**DESCRIPTION OF THE TASK**. Extract each line of the data below exactly as written.

**INFORMATION SUPPLIED**.
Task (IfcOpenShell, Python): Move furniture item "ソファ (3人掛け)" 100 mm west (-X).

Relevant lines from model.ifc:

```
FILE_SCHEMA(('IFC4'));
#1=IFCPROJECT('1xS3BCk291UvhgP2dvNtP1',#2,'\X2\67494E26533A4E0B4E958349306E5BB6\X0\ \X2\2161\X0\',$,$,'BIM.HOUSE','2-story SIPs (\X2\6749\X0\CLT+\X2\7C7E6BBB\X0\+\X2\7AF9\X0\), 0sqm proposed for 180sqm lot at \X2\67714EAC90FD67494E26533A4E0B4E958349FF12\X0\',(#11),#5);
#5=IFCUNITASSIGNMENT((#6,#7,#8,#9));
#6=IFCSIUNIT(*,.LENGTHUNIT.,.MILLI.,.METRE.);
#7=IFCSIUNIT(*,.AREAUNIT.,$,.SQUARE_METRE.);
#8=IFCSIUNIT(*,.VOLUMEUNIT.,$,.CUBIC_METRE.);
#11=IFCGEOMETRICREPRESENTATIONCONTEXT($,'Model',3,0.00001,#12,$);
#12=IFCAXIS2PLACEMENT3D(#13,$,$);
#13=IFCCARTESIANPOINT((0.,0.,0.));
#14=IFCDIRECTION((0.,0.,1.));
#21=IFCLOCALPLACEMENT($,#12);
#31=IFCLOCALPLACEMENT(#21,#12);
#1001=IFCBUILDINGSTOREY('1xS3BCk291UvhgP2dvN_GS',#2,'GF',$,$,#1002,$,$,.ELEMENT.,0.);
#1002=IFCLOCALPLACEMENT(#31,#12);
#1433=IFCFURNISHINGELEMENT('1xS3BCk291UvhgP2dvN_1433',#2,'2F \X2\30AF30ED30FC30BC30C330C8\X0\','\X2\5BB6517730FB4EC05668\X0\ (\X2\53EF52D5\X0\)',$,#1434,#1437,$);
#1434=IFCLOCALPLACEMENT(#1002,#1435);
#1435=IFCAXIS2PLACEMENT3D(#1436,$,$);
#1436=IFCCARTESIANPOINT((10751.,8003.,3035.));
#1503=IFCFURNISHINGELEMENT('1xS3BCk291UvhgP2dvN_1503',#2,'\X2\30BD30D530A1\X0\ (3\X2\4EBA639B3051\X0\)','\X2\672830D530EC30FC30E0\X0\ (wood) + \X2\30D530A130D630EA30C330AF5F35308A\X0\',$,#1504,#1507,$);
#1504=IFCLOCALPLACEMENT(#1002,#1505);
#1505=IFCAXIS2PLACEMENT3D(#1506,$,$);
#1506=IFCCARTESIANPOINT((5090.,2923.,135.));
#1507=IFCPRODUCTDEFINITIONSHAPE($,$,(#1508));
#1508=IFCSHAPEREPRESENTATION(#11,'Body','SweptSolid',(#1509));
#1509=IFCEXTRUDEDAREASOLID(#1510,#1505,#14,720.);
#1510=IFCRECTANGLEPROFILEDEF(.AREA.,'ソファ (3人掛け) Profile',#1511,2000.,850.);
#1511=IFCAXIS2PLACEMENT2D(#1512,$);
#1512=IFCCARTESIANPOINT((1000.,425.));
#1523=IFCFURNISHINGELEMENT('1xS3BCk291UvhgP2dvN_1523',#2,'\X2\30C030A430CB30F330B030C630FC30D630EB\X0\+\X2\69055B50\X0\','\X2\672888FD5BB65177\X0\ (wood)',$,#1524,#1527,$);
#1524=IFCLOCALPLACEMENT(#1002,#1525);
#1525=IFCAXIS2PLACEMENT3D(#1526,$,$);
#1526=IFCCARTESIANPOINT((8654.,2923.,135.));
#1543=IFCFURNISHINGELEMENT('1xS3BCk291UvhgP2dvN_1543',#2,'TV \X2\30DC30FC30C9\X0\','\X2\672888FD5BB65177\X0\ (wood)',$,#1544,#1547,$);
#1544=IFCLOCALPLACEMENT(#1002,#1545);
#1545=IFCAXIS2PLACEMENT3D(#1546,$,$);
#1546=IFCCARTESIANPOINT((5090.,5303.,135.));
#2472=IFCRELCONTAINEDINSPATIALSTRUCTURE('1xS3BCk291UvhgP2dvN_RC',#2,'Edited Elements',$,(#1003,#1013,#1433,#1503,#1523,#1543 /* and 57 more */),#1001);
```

```python
import ifcopenshell
import ifcopenshell.api.geometry
import ifcopenshell.util.placement

model = ifcopenshell.open("model.ifc")

item = model.by_id(1503)
matrix = ifcopenshell.util.placement.get_local_placement(item.ObjectPlacement)
matrix[0, 3] -= 100.0
ifcopenshell.api.geometry.edit_object_placement(model, product=item, matrix=matrix, is_si=False)

print(ifcopenshell.util.placement.get_local_placement(item.ObjectPlacement).round(3) + 0.0)

model.write("model_edited.ifc")
```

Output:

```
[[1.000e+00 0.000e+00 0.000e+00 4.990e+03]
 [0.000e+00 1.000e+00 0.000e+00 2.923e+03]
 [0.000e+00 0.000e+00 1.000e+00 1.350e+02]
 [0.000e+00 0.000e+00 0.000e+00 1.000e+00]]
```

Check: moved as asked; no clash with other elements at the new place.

**RESPONSE TO THE EXERCISE**.
Task (IfcOpenShell, Python): Move furniture item "ソファ (3人掛け)" 100 mm west (-X).

Relevant lines from model.ifc:

```
FILE_SCHEMA(('IFC4'));
#1=IFCPROJECT('1xS3BCk291UvhgP2dvNtP1',#2,'\X2\67494E26533A4E0B4E958349306E5BB6\X0\ \X2\2161\X0\',$,$,'BIM.HOUSE','2-story SIPs (\X2\6749\X0\CLT+\X2\7C7E6BBB\X0\+\X2\7AF9\X0\), 0sqm proposed for 180sqm lot at \X2\67714EAC90FD67494E26533A4E0B4E958349FF12\X0\',(#11),#5);
#5=IFCUNITASSIGNMENT((#6,#7,#8,#9));
#6=IFCSIUNIT(*,.LENGTHUNIT.,.MILLI.,.METRE.);
#7=IFCSIUNIT(*,.AREAUNIT.,$,.SQUARE_METRE.);
#8=IFCSIUNIT(*,.VOLUMEUNIT.,$,.CUBIC_METRE.);
#11=IFCGEOMETRICREPRESENTATIONCONTEXT($,'Model',3,0.00001,#12,$);
#12=IFCAXIS2PLACEMENT3D(#13,$,$);
#13=IFCCARTESIANPOINT((0.,0.,0.));
#14=IFCDIRECTION((0.,0.,1.));
#21=IFCLOCALPLACEMENT($,#12);
#31=IFCLOCALPLACEMENT(#21,#12);
#1001=IFCBUILDINGSTOREY('1xS3BCk291UvhgP2dvN_GS',#2,'GF',$,$,#1002,$,$,.ELEMENT.,0.);
#1002=IFCLOCALPLACEMENT(#31,#12);
#1433=IFCFURNISHINGELEMENT('1xS3BCk291UvhgP2dvN_1433',#2,'2F \X2\30AF30ED30FC30BC30C330C8\X0\','\X2\5BB6517730FB4EC05668\X0\ (\X2\53EF52D5\X0\)',$,#1434,#1437,$);
#1434=IFCLOCALPLACEMENT(#1002,#1435);
#1435=IFCAXIS2PLACEMENT3D(#1436,$,$);
#1436=IFCCARTESIANPOINT((10751.,8003.,3035.));
#1503=IFCFURNISHINGELEMENT('1xS3BCk291UvhgP2dvN_1503',#2,'\X2\30BD30D530A1\X0\ (3\X2\4EBA639B3051\X0\)','\X2\672830D530EC30FC30E0\X0\ (wood) + \X2\30D530A130D630EA30C330AF5F35308A\X0\',$,#1504,#1507,$);
#1504=IFCLOCALPLACEMENT(#1002,#1505);
#1505=IFCAXIS2PLACEMENT3D(#1506,$,$);
#1506=IFCCARTESIANPOINT((5090.,2923.,135.));
#1507=IFCPRODUCTDEFINITIONSHAPE($,$,(#1508));
#1508=IFCSHAPEREPRESENTATION(#11,'Body','SweptSolid',(#1509));
#1509=IFCEXTRUDEDAREASOLID(#1510,#1505,#14,720.);
#1510=IFCRECTANGLEPROFILEDEF(.AREA.,'ソファ (3人掛け) Profile',#1511,2000.,850.);
#1511=IFCAXIS2PLACEMENT2D(#1512,$);
#1512=IFCCARTESIANPOINT((1000.,425.));
#1523=IFCFURNISHINGELEMENT('1xS3BCk291UvhgP2dvN_1523',#2,'\X2\30C030A430CB30F330B030C630FC30D630EB\X0\+\X2\69055B50\X0\','\X2\672888FD5BB65177\X0\ (wood)',$,#1524,#1527,$);
#1524=IFCLOCALPLACEMENT(#1002,#1525);
#1525=IFCAXIS2PLACEMENT3D(#1526,$,$);
#1526=IFCCARTESIANPOINT((8654.,2923.,135.));
#1543=IFCFURNISHINGELEMENT('1xS3BCk291UvhgP2dvN_1543',#2,'TV \X2\30DC30FC30C9\X0\','\X2\672888FD5BB65177\X0\ (wood)',$,#1544,#1547,$);
#1544=IFCLOCALPLACEMENT(#1002,#1545);
#1545=IFCAXIS2PLACEMENT3D(#1546,$,$);
#1546=IFCCARTESIANPOINT((5090.,5303.,135.));
#2472=IFCRELCONTAINEDINSPATIALSTRUCTURE('1xS3BCk291UvhgP2dvN_RC',#2,'Edited Elements',$,(#1003,#1013,#1433,#1503,#1523,#1543 /* and 57 more */),#1001);
```

```python
import ifcopenshell
import ifcopenshell.api.geometry
import ifcopenshell.util.placement

model = ifcopenshell.open("model.ifc")

item = model.by_id(1503)
matrix = ifcopenshell.util.placement.get_local_placement(item.ObjectPlacement)
matrix[0, 3] -= 100.0
ifcopenshell.api.geometry.edit_object_placement(model, product=item, matrix=matrix, is_si=False)

print(ifcopenshell.util.placement.get_local_placement(item.ObjectPlacement).round(3) + 0.0)

model.write("model_edited.ifc")
```

Output:

```
[[1.000e+00 0.000e+00 0.000e+00 4.990e+03]
 [0.000e+00 1.000e+00 0.000e+00 2.923e+03]
 [0.000e+00 0.000e+00 1.000e+00 1.350e+02]
 [0.000e+00 0.000e+00 0.000e+00 1.000e+00]]
```

Check: moved as asked; no clash with other elements at the new place.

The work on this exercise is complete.